EXERCISE BRIEF: What lines in the material hold the string "wall"? Copy out each of them.

_ _ _ _ _

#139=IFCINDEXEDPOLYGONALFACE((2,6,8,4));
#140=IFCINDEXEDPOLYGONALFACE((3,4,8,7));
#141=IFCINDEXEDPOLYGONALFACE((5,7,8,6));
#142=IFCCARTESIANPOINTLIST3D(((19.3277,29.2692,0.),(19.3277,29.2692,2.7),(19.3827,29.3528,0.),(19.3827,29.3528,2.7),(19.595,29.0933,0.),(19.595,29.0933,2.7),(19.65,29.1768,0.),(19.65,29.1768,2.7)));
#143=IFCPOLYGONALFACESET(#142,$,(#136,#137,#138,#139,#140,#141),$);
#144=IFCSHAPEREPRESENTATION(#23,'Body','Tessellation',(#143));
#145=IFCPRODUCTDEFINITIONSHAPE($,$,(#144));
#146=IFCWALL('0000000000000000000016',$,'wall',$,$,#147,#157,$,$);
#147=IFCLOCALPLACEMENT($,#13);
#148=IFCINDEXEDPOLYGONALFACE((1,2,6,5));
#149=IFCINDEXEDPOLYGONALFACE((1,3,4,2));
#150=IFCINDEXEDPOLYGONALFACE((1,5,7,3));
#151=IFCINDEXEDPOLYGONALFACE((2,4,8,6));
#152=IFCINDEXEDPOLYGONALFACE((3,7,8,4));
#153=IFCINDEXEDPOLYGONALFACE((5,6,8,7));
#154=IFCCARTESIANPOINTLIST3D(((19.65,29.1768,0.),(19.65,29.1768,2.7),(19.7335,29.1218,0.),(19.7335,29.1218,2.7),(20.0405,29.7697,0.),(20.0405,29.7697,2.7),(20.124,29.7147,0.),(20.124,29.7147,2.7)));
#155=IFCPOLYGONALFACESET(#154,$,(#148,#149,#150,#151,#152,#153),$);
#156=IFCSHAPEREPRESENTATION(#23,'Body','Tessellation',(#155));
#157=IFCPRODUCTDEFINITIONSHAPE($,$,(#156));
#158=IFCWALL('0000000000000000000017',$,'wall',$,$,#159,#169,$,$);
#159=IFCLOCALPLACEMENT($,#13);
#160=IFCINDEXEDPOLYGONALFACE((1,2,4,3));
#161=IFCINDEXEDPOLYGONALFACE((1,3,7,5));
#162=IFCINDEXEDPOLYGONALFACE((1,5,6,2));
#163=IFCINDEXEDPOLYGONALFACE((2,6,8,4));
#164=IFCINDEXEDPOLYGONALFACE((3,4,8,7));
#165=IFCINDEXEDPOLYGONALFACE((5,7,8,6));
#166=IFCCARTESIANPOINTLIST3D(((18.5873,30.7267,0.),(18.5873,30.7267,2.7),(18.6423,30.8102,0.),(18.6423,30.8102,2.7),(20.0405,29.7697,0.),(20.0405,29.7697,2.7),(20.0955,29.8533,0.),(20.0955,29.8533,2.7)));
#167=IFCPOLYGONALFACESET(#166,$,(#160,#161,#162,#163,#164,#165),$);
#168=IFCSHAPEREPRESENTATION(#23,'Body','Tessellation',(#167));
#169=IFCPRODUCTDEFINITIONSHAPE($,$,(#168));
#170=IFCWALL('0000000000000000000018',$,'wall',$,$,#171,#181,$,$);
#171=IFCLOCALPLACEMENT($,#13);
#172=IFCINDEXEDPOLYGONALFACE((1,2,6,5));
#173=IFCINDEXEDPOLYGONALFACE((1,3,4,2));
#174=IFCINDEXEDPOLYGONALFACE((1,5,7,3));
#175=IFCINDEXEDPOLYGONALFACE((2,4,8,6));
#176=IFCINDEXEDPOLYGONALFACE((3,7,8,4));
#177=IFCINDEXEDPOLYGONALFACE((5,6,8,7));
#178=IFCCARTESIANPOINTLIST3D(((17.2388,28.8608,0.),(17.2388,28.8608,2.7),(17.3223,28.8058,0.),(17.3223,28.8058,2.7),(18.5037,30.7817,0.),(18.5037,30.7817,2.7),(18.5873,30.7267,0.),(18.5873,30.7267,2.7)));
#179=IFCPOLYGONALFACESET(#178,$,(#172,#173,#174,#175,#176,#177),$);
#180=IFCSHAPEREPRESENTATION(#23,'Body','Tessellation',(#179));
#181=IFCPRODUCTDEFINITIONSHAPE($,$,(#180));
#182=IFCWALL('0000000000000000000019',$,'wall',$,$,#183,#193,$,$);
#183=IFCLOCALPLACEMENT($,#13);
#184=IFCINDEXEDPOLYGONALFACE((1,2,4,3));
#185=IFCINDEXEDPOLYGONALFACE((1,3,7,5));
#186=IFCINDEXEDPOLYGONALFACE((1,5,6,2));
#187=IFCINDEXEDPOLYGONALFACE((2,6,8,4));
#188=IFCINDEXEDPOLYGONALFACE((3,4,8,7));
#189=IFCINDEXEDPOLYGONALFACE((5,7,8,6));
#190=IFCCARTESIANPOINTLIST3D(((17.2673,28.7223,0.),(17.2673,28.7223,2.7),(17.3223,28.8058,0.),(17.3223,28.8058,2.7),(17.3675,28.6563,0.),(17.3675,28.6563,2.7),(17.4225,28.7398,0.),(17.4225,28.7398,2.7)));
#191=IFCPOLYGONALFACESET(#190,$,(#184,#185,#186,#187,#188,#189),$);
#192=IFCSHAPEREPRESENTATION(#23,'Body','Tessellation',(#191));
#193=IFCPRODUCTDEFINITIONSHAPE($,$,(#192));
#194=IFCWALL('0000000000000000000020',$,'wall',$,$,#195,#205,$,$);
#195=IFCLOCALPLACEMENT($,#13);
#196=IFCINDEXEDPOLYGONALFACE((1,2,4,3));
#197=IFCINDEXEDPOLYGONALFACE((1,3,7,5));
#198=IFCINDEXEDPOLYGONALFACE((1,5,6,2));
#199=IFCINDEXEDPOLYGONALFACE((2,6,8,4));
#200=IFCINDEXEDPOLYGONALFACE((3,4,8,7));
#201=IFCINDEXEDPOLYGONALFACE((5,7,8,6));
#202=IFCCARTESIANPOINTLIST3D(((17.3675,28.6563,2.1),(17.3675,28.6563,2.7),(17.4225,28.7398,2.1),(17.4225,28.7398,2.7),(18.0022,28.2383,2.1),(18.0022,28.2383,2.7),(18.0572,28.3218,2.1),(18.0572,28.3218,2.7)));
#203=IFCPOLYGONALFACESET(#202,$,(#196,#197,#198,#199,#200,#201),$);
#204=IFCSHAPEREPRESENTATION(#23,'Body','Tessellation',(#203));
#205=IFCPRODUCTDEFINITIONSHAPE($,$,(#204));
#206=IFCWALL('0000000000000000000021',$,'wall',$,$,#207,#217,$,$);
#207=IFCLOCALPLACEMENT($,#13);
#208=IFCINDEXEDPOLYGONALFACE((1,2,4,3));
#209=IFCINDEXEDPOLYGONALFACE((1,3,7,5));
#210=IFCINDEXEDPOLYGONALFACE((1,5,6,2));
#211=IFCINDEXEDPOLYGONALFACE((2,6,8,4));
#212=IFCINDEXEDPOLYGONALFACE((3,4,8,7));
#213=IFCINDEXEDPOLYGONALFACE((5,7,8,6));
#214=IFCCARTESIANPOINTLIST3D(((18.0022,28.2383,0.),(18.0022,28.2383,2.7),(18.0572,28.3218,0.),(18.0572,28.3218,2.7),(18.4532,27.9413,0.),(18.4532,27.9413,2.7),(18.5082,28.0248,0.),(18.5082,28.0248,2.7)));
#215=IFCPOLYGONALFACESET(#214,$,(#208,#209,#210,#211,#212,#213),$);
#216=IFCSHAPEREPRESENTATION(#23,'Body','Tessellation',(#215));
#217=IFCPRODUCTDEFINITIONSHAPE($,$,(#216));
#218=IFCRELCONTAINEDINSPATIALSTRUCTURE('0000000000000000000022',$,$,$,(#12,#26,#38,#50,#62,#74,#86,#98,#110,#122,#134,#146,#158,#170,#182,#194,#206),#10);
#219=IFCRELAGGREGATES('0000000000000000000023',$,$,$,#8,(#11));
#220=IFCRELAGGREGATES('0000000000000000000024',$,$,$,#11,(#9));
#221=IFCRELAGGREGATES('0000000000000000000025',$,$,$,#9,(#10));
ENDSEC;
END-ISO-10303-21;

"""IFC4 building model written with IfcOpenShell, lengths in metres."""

_ _ _ _ _

ANSWER TO THIS PROBLEM:
#146=IFCWALL('0000000000000000000016',$,'wall',$,$,#147,#157,$,$);
#158=IFCWALL('0000000000000000000017',$,'wall',$,$,#159,#169,$,$);
#170=IFCWALL('0000000000000000000018',$,'wall',$,$,#171,#181,$,$);
#182=IFCWALL('0000000000000000000019',$,'wall',$,$,#183,#193,$,$);
#194=IFCWALL('0000000000000000000020',$,'wall',$,$,#195,#205,$,$);
#206=IFCWALL('0000000000000000000021',$,'wall',$,$,#207,#217,$,$);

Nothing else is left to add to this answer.